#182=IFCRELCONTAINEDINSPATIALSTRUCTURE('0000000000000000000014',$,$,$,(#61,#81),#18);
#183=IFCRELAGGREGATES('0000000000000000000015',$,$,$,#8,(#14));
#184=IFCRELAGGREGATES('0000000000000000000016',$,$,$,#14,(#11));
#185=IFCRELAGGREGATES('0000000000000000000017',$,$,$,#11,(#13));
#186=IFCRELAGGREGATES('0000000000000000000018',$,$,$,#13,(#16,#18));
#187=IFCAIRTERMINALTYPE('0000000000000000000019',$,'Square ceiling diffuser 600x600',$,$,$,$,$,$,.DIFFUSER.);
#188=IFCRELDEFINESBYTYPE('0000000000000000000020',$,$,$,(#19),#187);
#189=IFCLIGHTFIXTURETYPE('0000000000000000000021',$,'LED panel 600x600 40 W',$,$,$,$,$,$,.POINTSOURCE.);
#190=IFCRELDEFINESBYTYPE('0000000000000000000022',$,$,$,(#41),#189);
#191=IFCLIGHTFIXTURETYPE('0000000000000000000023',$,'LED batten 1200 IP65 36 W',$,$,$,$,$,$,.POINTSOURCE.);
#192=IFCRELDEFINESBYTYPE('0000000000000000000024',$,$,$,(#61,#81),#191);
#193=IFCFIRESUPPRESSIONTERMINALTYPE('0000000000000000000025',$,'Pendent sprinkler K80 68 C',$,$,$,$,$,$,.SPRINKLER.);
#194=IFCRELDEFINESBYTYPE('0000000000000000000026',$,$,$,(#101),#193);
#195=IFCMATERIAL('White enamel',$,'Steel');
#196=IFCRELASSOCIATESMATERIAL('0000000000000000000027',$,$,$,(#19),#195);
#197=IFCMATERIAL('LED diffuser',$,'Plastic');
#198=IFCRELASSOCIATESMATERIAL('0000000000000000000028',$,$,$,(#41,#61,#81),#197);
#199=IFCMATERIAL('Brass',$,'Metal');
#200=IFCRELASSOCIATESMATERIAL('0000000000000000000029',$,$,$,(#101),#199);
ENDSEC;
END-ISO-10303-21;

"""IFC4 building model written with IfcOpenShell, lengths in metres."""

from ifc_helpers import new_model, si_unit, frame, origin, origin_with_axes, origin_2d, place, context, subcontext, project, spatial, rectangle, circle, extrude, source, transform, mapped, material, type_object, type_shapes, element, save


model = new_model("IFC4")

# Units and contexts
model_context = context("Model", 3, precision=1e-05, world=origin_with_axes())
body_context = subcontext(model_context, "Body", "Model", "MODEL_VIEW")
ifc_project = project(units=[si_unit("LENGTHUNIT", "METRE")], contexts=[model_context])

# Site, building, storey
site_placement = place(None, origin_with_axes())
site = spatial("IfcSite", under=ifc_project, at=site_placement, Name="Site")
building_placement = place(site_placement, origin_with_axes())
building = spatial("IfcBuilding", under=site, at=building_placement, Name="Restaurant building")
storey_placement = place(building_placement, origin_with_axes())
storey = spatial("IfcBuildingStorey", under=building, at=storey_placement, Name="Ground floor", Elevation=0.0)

• • • • •

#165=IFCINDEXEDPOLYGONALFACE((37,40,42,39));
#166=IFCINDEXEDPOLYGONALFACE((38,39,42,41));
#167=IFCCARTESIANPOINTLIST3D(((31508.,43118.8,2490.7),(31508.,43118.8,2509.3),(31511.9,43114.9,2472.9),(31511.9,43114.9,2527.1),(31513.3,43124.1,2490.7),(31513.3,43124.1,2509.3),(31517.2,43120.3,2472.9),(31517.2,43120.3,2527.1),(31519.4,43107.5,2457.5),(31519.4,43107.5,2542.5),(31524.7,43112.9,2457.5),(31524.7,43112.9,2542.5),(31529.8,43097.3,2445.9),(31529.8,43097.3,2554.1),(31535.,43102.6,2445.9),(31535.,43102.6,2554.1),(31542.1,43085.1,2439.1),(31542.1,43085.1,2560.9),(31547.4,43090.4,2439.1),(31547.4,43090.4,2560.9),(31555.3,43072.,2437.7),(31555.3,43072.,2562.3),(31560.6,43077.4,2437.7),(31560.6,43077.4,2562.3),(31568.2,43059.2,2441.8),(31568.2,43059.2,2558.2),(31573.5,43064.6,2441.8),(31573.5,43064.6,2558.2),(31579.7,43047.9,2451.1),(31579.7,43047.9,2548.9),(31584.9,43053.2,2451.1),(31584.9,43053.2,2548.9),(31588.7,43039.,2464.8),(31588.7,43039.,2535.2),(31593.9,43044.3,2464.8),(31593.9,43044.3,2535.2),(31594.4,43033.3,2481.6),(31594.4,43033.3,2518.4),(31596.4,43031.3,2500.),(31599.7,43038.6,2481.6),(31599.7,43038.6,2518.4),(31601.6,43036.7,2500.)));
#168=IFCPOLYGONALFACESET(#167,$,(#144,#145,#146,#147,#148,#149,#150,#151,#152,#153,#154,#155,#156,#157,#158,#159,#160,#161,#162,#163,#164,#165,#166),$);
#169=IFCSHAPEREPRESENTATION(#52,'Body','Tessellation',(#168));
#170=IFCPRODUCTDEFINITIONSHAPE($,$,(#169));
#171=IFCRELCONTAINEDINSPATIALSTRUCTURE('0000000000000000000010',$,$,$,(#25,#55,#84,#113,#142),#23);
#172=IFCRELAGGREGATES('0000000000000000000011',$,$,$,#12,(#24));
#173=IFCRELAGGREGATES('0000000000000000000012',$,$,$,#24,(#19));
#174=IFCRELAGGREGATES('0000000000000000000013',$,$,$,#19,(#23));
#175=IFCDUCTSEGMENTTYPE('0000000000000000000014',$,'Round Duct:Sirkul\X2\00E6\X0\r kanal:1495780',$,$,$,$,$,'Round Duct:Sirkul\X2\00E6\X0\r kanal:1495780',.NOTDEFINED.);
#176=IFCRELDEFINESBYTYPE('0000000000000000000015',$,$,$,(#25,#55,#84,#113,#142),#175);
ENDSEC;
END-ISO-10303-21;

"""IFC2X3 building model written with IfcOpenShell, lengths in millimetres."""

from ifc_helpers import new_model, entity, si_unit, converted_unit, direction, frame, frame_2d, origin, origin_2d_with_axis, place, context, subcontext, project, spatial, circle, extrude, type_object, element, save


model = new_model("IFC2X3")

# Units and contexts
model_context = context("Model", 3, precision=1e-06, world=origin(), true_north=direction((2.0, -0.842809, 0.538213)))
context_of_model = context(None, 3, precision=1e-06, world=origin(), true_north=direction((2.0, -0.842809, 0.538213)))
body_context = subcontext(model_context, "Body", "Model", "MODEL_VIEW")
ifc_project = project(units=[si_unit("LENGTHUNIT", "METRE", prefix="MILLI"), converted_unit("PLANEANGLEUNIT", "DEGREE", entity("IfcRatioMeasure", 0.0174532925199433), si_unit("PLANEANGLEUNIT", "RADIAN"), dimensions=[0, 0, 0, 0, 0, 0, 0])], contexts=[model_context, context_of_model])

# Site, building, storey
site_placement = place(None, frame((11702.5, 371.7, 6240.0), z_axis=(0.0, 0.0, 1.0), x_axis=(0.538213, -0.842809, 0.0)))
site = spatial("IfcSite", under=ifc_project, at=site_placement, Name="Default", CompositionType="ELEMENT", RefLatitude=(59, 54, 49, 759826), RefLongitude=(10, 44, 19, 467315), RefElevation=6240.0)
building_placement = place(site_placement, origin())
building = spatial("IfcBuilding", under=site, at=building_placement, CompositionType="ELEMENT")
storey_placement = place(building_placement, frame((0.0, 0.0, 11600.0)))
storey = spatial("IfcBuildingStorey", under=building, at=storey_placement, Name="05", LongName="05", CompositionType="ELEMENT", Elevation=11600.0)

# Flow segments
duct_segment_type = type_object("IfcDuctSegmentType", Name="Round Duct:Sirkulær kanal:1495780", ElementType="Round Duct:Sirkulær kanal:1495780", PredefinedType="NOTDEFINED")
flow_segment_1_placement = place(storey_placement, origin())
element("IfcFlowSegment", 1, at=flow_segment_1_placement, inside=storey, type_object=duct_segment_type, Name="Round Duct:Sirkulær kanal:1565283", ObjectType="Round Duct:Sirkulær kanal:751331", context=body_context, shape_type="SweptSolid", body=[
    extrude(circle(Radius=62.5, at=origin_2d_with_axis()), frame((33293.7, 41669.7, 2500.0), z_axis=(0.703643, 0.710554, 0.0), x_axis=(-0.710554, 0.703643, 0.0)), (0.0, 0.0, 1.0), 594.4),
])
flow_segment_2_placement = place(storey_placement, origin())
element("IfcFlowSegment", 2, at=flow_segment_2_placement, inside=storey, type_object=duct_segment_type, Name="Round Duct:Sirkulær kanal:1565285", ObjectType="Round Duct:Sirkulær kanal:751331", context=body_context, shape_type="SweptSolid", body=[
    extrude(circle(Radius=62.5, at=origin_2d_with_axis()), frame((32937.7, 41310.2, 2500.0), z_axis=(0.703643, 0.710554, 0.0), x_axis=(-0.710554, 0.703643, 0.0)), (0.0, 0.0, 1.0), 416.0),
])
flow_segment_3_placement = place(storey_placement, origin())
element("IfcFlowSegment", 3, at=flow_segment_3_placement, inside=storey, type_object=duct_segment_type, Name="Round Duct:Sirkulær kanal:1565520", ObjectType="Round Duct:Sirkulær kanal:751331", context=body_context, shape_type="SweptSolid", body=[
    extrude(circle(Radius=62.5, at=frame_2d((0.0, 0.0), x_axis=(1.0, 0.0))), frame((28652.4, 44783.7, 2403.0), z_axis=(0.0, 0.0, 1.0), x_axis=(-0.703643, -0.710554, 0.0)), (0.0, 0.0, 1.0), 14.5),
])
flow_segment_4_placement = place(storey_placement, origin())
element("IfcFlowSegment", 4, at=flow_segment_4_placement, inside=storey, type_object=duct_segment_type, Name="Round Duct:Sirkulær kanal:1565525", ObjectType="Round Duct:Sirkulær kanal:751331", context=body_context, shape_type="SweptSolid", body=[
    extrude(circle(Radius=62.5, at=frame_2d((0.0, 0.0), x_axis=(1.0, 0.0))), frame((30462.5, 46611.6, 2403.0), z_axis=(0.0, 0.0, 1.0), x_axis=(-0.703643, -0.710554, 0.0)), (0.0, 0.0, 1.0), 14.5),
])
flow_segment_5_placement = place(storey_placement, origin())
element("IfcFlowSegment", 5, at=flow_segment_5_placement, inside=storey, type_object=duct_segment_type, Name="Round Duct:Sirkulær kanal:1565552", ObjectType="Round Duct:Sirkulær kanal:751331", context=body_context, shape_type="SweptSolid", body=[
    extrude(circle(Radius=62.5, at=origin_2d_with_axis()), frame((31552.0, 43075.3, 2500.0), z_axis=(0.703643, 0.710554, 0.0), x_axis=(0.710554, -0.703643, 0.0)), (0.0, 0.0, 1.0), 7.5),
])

• • • • •

WORK REQUEST :: Whatever else the listing above holds, retype exactly only the lines from the one containing "600x600 40 W',$,$,$,$,$,$,.POINTSOURCE.);" to the one containing "IP65 36 W',$,$,$,$,$,$,.POINTSOURCE.);", both ends kept.

RESPONSE ::
#189=IFCLIGHTFIXTURETYPE('0000000000000000000021',$,'LED panel 600x600 40 W',$,$,$,$,$,$,.POINTSOURCE.);
#190=IFCRELDEFINESBYTYPE('0000000000000000000022',$,$,$,(#41),#189);
#191=IFCLIGHTFIXTURETYPE('0000000000000000000023',$,'LED batten 1200 IP65 36 W',$,$,$,$,$,$,.POINTSOURCE.);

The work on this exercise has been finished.